O argumento contra a tese de que a propriedade seria um direito natural repousa na análise dos textos constitucionais que a consideram inviolável, juntamente com a segurança e a liberdade. Entende que aquele atributo (a inviolabilidade) somente se aplicaria aos dois últimos. Associa-o também à manutenção do status quo e à injustiça de conservar na pobreza à imensa maioria, a pretexto daquela inviolabilidade. Também a idéia de que seria proveniente da ocupação parece-lhe insubsistente porquanto seria uma usurpação da parte do primeiro ocupante.

Quanto à teoria de que o valor da propriedade provém do trabalho (das benfeitorias) que ali tenha sido realizado, a crítica de Proudhon tangencia o essencial. Essa doutrina surgiu nos países protestantes e tinha sobretudo o propósito de enaltecer a riqueza, condenada pelos católicos. Subsidiariamente, tratava-se de negar ao monarca o direito de revogar os títulos daqueles nobres em luta contra o absolutismo.

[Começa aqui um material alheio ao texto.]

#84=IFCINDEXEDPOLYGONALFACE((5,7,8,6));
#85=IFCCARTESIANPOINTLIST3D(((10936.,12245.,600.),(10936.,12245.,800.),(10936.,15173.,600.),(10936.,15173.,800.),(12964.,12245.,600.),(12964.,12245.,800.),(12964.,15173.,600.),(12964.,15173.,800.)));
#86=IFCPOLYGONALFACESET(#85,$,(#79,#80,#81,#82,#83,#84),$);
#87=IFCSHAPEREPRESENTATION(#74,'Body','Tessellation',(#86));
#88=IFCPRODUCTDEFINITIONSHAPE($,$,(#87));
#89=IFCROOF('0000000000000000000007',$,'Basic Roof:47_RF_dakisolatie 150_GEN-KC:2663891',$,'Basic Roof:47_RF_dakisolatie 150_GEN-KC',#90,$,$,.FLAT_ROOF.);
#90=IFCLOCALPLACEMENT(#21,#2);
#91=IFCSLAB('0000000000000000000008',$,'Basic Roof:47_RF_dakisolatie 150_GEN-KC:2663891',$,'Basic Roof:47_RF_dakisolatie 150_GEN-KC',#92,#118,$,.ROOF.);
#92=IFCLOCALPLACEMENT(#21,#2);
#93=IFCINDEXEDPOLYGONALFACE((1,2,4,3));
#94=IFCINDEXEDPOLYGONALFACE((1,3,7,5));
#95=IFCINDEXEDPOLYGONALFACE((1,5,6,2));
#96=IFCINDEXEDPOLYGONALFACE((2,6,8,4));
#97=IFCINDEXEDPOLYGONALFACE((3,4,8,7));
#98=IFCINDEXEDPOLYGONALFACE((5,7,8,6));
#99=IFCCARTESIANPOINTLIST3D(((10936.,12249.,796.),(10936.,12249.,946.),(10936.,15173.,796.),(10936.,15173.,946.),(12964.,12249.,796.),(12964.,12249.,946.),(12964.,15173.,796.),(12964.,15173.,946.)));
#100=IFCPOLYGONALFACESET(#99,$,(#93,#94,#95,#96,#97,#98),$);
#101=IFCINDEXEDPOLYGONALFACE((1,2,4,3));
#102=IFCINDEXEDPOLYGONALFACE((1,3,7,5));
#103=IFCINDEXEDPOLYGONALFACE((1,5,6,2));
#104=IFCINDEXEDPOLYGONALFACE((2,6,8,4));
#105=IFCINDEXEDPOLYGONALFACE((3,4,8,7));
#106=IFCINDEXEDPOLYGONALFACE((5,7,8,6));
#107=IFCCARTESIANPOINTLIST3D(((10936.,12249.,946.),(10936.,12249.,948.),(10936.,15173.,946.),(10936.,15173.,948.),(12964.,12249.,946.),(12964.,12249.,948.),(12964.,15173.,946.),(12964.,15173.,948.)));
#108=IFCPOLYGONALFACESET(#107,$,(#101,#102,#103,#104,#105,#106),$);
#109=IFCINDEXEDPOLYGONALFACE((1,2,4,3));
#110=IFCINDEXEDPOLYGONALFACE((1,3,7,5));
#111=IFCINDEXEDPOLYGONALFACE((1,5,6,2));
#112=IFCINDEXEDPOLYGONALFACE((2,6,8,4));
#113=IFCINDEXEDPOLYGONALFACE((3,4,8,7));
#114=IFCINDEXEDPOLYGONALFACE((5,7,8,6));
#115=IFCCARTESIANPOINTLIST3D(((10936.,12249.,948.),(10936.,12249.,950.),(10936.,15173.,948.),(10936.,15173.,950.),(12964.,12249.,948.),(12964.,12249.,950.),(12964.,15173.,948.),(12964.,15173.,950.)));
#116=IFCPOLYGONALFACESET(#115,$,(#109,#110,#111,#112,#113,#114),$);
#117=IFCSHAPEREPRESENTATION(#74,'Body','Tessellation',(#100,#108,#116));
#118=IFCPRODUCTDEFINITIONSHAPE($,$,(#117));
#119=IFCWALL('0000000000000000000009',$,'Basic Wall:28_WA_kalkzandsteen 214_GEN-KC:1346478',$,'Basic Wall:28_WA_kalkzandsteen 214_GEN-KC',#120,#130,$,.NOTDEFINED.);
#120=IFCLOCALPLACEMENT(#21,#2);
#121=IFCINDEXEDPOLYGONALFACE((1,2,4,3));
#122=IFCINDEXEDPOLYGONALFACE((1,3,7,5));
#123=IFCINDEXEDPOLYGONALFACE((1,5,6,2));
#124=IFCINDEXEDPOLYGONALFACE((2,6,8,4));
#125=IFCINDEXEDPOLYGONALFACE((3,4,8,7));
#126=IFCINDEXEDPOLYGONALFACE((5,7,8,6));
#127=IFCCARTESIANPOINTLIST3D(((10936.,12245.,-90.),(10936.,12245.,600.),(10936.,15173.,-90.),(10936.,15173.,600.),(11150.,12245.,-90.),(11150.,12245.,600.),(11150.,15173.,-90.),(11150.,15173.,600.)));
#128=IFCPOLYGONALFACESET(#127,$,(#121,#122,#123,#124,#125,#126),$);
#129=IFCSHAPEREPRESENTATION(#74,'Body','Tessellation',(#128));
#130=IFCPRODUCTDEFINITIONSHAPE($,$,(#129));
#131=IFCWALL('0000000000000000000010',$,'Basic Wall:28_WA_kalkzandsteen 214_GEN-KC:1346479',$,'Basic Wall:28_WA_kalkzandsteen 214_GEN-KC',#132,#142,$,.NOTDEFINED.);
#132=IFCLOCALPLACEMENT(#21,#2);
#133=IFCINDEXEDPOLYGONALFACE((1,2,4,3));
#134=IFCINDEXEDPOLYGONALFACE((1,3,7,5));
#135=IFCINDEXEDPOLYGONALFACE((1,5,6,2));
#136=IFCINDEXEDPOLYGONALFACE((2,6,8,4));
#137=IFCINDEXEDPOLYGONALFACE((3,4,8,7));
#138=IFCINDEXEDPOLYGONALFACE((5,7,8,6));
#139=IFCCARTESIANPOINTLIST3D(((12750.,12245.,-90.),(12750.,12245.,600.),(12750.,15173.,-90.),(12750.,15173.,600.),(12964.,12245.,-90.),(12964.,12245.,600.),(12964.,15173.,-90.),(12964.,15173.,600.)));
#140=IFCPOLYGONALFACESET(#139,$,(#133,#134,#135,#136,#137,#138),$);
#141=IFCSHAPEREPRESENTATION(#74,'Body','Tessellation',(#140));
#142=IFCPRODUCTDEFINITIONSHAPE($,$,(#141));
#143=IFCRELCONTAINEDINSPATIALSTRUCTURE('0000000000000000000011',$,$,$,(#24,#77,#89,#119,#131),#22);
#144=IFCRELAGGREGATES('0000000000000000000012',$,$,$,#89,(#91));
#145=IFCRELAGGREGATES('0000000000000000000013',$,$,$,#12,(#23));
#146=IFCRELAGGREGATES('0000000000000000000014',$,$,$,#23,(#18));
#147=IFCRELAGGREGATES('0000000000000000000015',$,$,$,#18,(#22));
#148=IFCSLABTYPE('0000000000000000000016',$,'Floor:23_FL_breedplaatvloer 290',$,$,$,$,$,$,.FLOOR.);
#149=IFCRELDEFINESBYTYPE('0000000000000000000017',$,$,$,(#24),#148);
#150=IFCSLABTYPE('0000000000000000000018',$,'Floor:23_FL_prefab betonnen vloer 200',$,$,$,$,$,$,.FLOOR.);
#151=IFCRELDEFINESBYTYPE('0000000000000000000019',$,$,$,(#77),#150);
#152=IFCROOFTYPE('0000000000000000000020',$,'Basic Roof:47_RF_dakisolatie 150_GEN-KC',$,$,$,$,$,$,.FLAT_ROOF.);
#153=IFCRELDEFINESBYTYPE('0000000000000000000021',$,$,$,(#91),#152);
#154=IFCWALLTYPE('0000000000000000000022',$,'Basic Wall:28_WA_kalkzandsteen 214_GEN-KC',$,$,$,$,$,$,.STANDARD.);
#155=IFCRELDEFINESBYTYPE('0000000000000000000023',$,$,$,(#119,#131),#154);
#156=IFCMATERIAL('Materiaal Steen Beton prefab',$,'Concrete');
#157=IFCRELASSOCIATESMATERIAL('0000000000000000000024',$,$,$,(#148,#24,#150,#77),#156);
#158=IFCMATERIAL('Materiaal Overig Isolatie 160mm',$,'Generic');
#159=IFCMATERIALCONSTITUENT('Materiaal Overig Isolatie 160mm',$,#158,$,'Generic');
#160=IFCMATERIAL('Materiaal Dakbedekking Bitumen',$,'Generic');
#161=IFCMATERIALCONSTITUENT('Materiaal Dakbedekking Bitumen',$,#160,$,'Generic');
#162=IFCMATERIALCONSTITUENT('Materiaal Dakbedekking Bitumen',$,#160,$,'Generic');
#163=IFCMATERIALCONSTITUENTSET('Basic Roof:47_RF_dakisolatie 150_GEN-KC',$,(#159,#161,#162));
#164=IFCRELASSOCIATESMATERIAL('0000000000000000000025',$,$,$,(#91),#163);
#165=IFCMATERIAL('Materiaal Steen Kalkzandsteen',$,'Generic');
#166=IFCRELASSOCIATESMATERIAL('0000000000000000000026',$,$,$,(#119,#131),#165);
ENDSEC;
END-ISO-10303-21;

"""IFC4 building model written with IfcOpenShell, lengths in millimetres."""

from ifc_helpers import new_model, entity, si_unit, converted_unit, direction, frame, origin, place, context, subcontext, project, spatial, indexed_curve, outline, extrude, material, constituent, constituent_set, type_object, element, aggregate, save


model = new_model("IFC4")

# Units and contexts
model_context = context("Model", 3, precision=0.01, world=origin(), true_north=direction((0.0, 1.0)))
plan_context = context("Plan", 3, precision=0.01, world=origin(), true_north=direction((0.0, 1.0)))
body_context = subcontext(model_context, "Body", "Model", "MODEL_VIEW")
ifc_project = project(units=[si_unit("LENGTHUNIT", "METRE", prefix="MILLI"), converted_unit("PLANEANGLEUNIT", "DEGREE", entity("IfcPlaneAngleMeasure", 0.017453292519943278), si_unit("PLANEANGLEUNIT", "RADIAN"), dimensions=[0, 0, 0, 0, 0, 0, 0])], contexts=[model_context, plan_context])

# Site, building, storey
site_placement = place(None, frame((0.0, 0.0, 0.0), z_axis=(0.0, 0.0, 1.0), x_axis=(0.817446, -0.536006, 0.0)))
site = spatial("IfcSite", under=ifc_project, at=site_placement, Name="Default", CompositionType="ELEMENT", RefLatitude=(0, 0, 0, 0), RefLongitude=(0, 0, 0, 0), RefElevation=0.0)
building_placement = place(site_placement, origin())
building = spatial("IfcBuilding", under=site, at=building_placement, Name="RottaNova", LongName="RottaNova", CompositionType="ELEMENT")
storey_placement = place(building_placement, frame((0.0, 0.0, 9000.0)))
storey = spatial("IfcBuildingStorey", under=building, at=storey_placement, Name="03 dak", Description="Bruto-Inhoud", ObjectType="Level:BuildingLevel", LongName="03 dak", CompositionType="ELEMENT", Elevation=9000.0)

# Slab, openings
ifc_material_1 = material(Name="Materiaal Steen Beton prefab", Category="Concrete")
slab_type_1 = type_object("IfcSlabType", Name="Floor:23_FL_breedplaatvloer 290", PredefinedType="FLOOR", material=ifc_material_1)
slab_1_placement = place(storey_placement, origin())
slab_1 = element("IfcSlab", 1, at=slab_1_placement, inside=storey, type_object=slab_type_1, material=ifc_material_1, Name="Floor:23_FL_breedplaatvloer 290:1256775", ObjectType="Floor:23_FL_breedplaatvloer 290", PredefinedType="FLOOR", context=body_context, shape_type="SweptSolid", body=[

Proudhon fixa-se na tese de que contradiz a legislação francesa, segundo entende sustentada pela doutrina da ocupação. Adicionalmente, afirma que a terra, como os mares, não pode ser apropriada por ninguém.

Nesse texto, Proudhon resume a argumentação de Saint Simon e de Fourrier em favor do socialismo. Se o trabalho justifica a propriedade, os trabalhadores é que detêm o seu direito. E, assim, conclui, a doutrina em causa destrói a propriedade.

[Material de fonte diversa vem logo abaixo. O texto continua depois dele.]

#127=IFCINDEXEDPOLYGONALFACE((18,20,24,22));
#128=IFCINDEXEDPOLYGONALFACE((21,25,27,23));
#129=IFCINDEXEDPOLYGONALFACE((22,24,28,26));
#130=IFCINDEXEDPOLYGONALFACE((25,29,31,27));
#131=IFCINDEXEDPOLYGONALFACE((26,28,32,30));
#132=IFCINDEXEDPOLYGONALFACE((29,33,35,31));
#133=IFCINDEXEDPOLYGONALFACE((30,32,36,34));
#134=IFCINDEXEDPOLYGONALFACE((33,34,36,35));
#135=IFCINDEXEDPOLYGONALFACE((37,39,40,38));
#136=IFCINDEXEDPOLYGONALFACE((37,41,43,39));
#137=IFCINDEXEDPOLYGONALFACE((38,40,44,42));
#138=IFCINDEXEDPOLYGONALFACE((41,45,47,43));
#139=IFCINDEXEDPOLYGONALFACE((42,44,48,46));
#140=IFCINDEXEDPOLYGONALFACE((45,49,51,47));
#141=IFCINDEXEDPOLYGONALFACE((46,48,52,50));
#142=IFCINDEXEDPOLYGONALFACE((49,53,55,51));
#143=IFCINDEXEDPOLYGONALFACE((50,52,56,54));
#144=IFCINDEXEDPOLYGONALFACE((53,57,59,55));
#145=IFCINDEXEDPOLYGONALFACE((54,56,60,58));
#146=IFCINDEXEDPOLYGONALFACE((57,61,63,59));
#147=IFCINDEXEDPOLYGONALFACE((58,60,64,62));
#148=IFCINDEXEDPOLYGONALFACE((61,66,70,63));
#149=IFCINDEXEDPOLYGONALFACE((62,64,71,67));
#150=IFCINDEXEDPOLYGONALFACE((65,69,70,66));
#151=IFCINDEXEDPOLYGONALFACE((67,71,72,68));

O quarto e último capítulo está dedicado a provar a impossibilidade da propriedade. Esquematicamente, as teses são as seguintes a propriedade é impossível, porque 1) exige que se retire algo do nada; 2) onde quer que exista, a produção custa mais que o seu valor; 3) dado um determinado capital, a produção é proporcional ao trabalho e não à propriedade; 4) trata-se de um homicídio; 5) com a sua existência, a sociedade devora a si mesma; 6) é a mãe da tirania; 7) usando-a como capital, volta-se contra a produção; 8) seu poder de acumulação é infinito, enquanto se exerce sobre quantidades finitas; e, finalmente, 8) consiste na maior negação da igualdade.

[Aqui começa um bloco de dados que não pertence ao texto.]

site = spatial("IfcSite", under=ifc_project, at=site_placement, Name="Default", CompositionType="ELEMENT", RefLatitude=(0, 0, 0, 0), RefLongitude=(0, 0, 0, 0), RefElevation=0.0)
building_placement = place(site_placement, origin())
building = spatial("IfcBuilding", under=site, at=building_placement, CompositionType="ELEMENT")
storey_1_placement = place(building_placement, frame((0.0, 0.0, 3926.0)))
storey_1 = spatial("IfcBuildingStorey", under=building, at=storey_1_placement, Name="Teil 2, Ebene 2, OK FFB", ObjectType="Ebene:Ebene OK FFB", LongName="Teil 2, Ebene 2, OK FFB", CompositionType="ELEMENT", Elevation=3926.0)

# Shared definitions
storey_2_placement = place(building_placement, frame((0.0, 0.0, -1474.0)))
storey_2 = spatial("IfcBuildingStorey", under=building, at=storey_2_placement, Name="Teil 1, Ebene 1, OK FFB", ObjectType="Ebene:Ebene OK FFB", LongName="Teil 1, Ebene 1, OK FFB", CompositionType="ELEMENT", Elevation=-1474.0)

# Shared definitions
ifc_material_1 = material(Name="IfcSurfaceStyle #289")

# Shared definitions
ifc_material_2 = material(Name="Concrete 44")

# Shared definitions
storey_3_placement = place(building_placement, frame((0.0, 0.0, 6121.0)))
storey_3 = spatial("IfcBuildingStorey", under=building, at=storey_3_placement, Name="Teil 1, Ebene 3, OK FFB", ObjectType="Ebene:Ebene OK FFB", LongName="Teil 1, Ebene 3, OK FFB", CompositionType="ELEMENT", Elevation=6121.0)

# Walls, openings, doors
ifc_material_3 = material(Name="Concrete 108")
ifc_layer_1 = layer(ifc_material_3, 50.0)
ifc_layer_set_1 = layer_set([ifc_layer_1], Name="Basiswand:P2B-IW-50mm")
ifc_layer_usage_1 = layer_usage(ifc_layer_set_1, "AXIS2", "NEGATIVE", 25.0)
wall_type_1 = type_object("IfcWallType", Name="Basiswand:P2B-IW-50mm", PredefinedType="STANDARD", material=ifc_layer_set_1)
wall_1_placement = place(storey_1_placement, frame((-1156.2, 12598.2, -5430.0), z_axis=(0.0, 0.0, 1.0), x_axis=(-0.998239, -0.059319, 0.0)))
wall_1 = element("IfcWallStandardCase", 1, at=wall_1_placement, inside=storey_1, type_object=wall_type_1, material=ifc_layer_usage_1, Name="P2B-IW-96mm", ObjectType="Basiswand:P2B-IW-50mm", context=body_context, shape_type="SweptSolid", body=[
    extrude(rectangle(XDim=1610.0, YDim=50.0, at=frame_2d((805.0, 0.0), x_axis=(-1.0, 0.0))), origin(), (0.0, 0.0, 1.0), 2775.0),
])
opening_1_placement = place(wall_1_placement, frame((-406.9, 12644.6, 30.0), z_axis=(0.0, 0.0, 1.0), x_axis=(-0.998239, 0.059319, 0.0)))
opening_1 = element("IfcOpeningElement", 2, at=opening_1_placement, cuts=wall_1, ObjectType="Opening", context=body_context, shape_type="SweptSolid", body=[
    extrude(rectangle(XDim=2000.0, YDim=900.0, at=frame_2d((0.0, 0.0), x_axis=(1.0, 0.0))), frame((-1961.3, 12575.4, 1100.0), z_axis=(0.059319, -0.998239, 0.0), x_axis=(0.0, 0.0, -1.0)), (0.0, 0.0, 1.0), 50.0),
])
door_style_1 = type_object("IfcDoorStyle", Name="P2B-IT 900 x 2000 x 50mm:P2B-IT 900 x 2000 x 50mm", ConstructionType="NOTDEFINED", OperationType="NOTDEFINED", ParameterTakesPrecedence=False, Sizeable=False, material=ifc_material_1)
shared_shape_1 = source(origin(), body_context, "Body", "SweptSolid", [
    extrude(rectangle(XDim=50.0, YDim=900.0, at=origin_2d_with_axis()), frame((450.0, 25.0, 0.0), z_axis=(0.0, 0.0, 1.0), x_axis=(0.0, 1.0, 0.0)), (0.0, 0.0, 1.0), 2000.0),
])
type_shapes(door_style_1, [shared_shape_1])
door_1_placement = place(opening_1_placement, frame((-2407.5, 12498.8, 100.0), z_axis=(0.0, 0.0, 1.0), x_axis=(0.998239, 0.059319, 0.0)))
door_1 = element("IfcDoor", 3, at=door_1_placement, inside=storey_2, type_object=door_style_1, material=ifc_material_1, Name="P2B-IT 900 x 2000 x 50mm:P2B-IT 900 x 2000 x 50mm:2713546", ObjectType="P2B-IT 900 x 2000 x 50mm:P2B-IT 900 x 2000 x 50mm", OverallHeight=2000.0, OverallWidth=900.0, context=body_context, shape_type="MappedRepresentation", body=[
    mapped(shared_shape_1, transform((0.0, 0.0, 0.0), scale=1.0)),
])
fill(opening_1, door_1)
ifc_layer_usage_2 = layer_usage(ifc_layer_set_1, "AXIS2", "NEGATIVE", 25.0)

A conclusão da obra está apresentada desde o começo: a propriedade é um roubo. Proudhon não poderia supor que o capitalismo seria capaz de promover a distribuição de renda e disseminar a propriedade. No fundo, acreditava na hipótese de Marx segundo a qual formar-se-iam dois pólos, ambos absolutos, o da natureza e o da riqueza. Quando Lenine percebeu a emergência, na Europa, de uma camada de operários bem remunerados, chamou-os de “aristocracia operária”, imaginando que a distribuição de renda não daria outros passos. O equívoco de Proudhon condenou sua obra ao completo esquecimento. De todos os modos, enfatizou sobretudo o aspecto moral do socialismo, ajudando essa corrente a se transformar num segmento importante da realidade de nosso tempo, no Ocidente, ao contrário do cientificismo de Marx que se identificou sobretudo com tradições orientais, a exemplo do despotismo.


(1)  Joseph Sieyes (1748-1836), vigário geral de Chartres, ganhou popularidade com o livro indicado, aparecido em 1789, que o tornaria, durante a Revolução, figura expressiva, presidente do denominado “Quinhentos”, que exerceu o poder em 1795, depois membro do Diretório (1799). Prepara com Bonaparte o golpe que leva este último ao poder, tornando-se Cônsul, personalidades com as quais Bonaparte governou de início. Veio a ser afastado do poder mas, ainda assim, cumulado de honras.O que é o Terceiro Estado incendiou as mentes porque defendia a hipótese de que, o Terceiro Estado (os burgueses, basicamente, desde que os dois outros correspondiam à nobreza e ao clero) não sendo nada no regime vigente, poderia ser tudo, se a tanto se dispusesse.